The descriptive function of language using the verb to be makes a truth claim about some object – for example, that apple is red. We can then string multiple complex truth claims together to make an argument and we then use logic to judge whether those claims contradict each other. If they do not then the argument is sound. Logic is inextricably tied to the use of language. As soon as we are able to use language to make a description we have a concept of truth which then requires a logic to understand.
Says Kant in the Critique of Pure Reason, logic abstracts “from all empirical conditions under which we exercise our understanding, e.g. from the influences of senses, the play of imagination, the laws of memory, the force of habit, inclination, etc., and therefore also from the source of prejudice, and indeed from all causes that may give rise, or may seem to give rise, to this or that knowledge.”
Kant has plenty more to say about logic if you are interested in the subject.
You definitely did not say there was NO evidence.[/quote]
That’s because there are deductive arguments on behalf of God made by some, but I don’t give them much merit personally - and it is irrelevant to my point.
This is just my opinion, but ever since hearing about Intelligent Design, I’ve always kinda looked at it as simply another method by which the religious could continue to hold on to their flock. The “rules” have changed so many times over the centuries that it’s not even the same thing it was when it started.
As it’s already been mentioned, there is no end to these sort of discussions/arguments.
The theory of evolution causes so much controversy in the religious fundamentalist circles because it strikes at the very heart of their beliefs, that mankind was created by god. To believe otherwise is a challenge to their entire faith system.
If god didn’t interact with man at his creation, than perhaps he didn’t interact with man at all. Intelligent Design is an attempt to reconcile those opposing views of science and religion.
Intelligent design is not a theory, it is an idea or at best a hypothesis. Intelligence design is ultimately not testable and not adaptable because at the root of the argument you run into “GOD”.
GOD requires faith, faith is not measureable. The theory of evolution is a testable, measureable, adaptable theory that doesn’t claim to answer every question about the origin of man. It is simply the best explanation so far that has stood up to testing, measuring, and adapting to new findings.
Will the theory of evolution be the same in 50 years, absolutely not, new findings will create change in the theory, or create the need for a whole new theory.
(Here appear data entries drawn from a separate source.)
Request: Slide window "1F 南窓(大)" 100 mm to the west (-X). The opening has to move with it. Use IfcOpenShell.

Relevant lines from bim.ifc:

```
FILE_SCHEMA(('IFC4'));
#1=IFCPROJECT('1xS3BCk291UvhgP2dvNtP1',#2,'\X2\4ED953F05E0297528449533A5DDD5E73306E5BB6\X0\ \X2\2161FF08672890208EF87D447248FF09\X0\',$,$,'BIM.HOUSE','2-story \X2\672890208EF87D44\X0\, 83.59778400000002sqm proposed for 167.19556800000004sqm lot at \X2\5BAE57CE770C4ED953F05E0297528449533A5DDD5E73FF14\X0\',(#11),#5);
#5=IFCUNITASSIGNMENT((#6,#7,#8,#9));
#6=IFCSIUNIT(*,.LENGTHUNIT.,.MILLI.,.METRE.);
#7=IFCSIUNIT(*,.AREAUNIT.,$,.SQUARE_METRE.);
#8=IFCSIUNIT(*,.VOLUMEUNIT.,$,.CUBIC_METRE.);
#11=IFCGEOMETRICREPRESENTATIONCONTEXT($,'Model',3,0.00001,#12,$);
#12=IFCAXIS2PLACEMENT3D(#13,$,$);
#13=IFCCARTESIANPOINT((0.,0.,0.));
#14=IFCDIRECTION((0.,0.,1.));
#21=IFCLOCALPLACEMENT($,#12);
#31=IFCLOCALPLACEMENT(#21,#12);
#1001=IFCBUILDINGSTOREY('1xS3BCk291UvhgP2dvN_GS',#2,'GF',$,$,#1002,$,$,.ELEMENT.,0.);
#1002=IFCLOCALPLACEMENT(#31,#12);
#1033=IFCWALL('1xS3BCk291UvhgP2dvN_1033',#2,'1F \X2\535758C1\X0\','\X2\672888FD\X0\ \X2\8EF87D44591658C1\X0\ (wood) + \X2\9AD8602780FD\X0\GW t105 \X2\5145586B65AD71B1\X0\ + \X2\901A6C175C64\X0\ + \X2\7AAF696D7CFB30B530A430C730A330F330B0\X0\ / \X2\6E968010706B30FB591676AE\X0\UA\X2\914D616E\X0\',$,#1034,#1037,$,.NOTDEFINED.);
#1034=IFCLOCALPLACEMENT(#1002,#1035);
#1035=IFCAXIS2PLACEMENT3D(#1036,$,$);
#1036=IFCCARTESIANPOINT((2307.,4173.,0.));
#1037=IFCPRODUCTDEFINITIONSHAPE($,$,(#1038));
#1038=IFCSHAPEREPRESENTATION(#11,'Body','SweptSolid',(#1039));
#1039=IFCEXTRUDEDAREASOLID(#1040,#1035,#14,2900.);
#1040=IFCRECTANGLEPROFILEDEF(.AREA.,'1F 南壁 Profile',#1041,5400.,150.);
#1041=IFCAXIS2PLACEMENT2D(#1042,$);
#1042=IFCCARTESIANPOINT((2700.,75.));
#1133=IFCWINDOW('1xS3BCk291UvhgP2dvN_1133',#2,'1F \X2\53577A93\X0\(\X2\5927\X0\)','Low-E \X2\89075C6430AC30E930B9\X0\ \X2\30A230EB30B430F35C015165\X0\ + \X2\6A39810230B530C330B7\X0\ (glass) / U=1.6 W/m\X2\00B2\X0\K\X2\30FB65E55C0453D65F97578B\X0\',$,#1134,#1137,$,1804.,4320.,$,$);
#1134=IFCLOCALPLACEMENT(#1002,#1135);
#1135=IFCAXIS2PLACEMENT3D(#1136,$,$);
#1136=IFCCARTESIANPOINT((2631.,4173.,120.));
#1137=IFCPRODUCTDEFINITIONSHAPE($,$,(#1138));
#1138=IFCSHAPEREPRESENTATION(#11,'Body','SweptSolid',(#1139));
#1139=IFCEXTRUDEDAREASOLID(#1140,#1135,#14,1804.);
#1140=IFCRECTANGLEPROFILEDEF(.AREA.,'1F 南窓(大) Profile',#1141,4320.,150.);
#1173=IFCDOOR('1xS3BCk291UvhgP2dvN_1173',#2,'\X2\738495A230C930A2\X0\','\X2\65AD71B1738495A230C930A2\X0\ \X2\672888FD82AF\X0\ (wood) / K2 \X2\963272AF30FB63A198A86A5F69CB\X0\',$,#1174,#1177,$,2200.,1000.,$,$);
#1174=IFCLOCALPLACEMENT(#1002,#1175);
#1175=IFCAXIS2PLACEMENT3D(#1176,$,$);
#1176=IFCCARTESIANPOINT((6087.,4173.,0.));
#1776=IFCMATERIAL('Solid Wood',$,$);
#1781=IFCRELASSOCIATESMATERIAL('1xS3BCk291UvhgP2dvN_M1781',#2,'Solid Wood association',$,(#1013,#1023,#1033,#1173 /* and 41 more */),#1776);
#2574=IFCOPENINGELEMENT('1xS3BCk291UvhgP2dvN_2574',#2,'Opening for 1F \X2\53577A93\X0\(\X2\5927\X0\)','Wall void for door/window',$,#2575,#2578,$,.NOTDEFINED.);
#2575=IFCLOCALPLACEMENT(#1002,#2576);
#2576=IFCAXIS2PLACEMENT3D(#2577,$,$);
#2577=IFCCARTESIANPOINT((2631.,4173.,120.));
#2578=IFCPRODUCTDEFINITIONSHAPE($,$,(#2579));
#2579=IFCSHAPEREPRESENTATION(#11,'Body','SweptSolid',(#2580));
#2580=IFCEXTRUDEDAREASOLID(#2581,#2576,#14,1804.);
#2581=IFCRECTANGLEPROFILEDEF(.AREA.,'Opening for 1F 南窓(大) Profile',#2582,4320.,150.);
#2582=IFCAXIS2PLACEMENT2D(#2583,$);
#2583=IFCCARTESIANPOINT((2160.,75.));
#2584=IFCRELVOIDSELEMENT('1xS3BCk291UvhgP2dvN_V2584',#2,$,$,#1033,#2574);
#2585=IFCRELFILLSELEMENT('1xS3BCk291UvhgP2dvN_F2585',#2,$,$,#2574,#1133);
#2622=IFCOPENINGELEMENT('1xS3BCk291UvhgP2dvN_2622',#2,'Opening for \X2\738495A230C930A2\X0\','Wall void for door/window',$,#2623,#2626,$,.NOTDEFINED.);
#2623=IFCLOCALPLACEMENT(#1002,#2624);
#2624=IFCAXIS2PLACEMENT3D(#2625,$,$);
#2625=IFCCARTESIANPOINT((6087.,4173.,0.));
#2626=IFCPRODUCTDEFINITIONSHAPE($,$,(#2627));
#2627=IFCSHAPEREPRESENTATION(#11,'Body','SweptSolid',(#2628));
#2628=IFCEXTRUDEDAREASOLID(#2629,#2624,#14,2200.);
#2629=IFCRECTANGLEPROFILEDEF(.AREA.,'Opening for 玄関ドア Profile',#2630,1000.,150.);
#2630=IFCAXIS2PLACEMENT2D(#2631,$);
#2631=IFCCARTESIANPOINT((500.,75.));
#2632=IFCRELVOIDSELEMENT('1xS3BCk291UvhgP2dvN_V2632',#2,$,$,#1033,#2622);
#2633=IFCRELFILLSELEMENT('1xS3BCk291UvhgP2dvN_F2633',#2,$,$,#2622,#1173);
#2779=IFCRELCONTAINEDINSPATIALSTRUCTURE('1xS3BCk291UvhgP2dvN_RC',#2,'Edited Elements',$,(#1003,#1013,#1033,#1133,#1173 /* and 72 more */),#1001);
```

```python
import ifcopenshell
import ifcopenshell.api.geometry
import ifcopenshell.util.placement
import ifcopenshell.util.unit

model = ifcopenshell.open("bim.ifc")
unit_scale = ifcopenshell.util.unit.calculate_unit_scale(model)

window = model.by_id(1133)
opening = window.FillsVoids[0].RelatingOpeningElement
wall = opening.VoidsElements[0].RelatingBuildingElement

wall_matrix = ifcopenshell.util.placement.get_local_placement(wall.ObjectPlacement)
shift = wall_matrix[:3, 0] * -0.1 / unit_scale
before = ifcopenshell.util.placement.get_local_placement(window.ObjectPlacement)[:3, 3].copy()

# The window is not placed relative to its opening, so move both.
for product in (opening, window):
    matrix = ifcopenshell.util.placement.get_local_placement(product.ObjectPlacement)
    matrix[:3, 3] += shift
    ifcopenshell.api.geometry.edit_object_placement(model, product=product, matrix=matrix, is_si=False)

after = ifcopenshell.util.placement.get_local_placement(window.ObjectPlacement)[:3, 3]
print("window moved by", (after - before).round(3) + 0.0)

model.write("bim-out.ifc")
```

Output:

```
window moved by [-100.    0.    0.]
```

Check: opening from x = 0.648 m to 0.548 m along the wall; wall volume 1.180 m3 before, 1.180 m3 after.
Intelligent design however will be the same, because of the “God” issue, it will not be able to accomodate new findings.
I just don’t personally prescribe to the idea that Intelligent Design is mutually exclusive to science.
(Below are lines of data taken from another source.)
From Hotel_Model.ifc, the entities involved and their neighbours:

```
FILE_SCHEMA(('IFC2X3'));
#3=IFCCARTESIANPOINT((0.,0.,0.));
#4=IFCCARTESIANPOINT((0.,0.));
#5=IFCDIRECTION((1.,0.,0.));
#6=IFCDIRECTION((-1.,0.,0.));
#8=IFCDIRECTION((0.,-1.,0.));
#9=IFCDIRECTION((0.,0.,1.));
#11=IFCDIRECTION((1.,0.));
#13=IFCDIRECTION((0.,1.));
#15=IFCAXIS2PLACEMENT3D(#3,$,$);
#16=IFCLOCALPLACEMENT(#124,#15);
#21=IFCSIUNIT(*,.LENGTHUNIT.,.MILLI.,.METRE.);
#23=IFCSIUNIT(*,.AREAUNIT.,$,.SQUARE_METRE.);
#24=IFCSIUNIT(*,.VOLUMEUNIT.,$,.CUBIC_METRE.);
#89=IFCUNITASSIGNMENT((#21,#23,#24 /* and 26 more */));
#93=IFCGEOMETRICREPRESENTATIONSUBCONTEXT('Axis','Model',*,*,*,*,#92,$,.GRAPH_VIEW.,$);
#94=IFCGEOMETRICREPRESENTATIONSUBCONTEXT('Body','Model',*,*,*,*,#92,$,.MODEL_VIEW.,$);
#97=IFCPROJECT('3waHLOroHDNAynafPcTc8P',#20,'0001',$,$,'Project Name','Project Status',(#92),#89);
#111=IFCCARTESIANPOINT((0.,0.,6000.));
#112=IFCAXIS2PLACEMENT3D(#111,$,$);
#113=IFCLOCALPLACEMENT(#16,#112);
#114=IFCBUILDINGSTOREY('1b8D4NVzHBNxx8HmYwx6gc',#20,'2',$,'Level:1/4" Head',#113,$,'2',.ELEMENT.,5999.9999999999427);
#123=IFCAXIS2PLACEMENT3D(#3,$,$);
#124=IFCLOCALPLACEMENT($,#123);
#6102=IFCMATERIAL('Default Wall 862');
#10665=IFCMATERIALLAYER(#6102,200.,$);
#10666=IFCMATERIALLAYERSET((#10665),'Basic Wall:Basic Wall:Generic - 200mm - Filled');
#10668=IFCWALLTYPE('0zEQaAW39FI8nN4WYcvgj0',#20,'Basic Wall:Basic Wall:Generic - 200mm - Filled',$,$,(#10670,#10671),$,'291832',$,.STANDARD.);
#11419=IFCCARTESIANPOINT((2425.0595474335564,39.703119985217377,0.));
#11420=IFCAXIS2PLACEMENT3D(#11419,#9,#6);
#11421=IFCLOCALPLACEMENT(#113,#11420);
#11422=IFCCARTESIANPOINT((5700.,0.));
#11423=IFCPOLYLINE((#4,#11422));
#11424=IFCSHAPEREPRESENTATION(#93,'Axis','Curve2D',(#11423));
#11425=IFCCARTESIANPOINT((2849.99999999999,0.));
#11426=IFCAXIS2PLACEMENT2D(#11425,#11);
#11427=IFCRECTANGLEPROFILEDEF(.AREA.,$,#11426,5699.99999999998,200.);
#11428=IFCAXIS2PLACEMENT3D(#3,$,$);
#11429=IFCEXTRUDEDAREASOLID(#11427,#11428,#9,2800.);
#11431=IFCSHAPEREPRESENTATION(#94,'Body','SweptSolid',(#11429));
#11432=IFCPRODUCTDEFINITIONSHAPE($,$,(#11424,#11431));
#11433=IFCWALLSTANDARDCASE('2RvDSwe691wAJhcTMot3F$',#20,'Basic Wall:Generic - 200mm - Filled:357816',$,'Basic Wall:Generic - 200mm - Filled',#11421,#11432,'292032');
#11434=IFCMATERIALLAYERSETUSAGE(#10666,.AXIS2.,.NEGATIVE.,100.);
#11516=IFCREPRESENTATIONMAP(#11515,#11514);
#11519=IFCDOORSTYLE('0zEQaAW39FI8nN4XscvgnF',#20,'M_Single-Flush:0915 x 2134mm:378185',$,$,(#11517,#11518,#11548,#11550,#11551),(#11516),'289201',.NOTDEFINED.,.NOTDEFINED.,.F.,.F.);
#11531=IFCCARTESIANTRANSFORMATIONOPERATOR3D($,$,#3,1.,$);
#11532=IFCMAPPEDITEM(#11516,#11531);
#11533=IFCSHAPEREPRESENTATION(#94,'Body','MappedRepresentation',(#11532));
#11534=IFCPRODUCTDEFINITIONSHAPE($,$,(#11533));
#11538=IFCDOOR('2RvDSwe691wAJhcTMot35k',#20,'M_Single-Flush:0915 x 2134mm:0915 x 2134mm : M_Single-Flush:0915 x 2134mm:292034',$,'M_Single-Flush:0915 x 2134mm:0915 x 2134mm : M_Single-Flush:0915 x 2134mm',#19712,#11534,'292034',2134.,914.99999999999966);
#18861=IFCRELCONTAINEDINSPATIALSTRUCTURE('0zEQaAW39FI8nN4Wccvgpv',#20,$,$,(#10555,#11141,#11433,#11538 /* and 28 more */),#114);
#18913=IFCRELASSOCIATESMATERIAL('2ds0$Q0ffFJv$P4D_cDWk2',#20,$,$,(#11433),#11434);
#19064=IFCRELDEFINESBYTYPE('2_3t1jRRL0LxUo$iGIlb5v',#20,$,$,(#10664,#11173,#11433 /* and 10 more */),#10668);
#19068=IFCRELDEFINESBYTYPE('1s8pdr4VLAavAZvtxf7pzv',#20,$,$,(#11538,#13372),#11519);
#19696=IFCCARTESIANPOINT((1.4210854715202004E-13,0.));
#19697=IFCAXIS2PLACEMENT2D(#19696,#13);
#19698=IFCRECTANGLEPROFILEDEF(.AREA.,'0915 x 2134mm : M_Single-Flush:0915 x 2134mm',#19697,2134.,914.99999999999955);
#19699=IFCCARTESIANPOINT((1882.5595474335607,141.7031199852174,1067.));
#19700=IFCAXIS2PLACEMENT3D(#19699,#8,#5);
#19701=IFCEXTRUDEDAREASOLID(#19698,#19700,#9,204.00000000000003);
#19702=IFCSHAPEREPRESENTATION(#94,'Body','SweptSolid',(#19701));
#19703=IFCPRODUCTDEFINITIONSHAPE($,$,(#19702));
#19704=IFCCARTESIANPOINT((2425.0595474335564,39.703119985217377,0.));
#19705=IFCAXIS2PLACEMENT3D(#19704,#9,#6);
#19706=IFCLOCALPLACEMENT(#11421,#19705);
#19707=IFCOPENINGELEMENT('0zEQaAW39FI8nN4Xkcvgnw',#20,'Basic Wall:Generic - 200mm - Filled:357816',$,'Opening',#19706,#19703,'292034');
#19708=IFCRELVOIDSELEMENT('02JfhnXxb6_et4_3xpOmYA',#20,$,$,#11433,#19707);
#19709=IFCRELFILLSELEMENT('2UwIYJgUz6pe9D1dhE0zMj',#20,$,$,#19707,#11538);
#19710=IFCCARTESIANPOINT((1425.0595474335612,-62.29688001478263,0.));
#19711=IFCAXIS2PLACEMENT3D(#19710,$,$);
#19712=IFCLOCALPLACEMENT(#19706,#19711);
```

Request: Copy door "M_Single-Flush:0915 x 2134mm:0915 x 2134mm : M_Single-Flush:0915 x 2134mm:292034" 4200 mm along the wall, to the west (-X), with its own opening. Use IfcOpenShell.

```python
import ifcopenshell
import ifcopenshell.api.feature
import ifcopenshell.api.geometry
import ifcopenshell.api.root
import ifcopenshell.geom
import ifcopenshell.util.element
import ifcopenshell.util.placement
import ifcopenshell.util.shape
import ifcopenshell.util.unit

model = ifcopenshell.open("Hotel_Model.ifc")
unit_scale = ifcopenshell.util.unit.calculate_unit_scale(model)
settings = ifcopenshell.geom.settings()


def volume(element):
    """Net volume in cubic metres, openings subtracted."""
    shape = ifcopenshell.geom.create_shape(settings, element)
    return ifcopenshell.util.shape.get_volume(shape.geometry)


def reuse_history(source, copy):
    """copy_class also copies each property set's owner history, people and application; keep the originals."""
    for rel in copy.IsDefinedBy:
        if rel.is_a("IfcRelDefinesByProperties") and (history := rel.RelatingPropertyDefinition.OwnerHistory):
            rel.RelatingPropertyDefinition.OwnerHistory = source.OwnerHistory
            ifcopenshell.util.element.remove_deep2(model, history)


door = model.by_guid("2RvDSwe691wAJhcTMot35k")
opening = door.FillsVoids[0].RelatingOpeningElement
wall = opening.VoidsElements[0].RelatingBuildingElement
before = volume(wall)
shift = ifcopenshell.util.placement.get_local_placement(wall.ObjectPlacement)[:3, 0] * 4.2 / unit_scale

# copy_class copies the void relationship, type, container and properties, but no geometry.
new_opening = ifcopenshell.api.root.copy_class(model, product=opening)
new_opening.Representation = ifcopenshell.util.element.copy_deep(
    model, opening.Representation, exclude=["IfcGeometricRepresentationContext", "IfcRepresentationMap"]
)
new_opening.Name = "Basic Wall:Generic - 200mm - Filled"
new_opening.Tag = None
new_door = ifcopenshell.api.root.copy_class(model, product=door)
new_door.Representation = ifcopenshell.util.element.copy_deep(
    model, door.Representation, exclude=["IfcGeometricRepresentationContext", "IfcRepresentationMap"]
)
new_door.Name = "M_Single-Flush:0915 x 2134mm:0915 x 2134mm : M_Single-Flush:0915 x 2134mm"
new_door.Tag = None
reuse_history(door, new_door)
fills = ifcopenshell.api.feature.add_filling(model, opening=new_opening, element=new_door)
fills.OwnerHistory = new_door.OwnerHistory  # required in IFC2X3

for old, new in ((opening, new_opening), (door, new_door)):
    matrix = ifcopenshell.util.placement.get_local_placement(old.ObjectPlacement)
    matrix[:3, 3] += shift
    ifcopenshell.api.geometry.edit_object_placement(model, product=new, matrix=matrix, is_si=False)

after = volume(wall)

print(f"wall volume {before:.3f} -> {after:.3f} m3")

model.write("Hotel_Model_updated.ifc")
```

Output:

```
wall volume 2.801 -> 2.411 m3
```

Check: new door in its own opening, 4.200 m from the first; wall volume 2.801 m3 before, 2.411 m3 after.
All science is the observation of behavior of objects in a system. What created the system? All other questions are irrelevant in regards to the validity of ID. Any and every physical model is just meant to describe behavior in a system, and without the system, there is no behavior.
When it comes down to answering that fundamental question, there is no possibility to find an answer. All it comes down to is camp A saying they believe one thing, and camp B saying they believe another.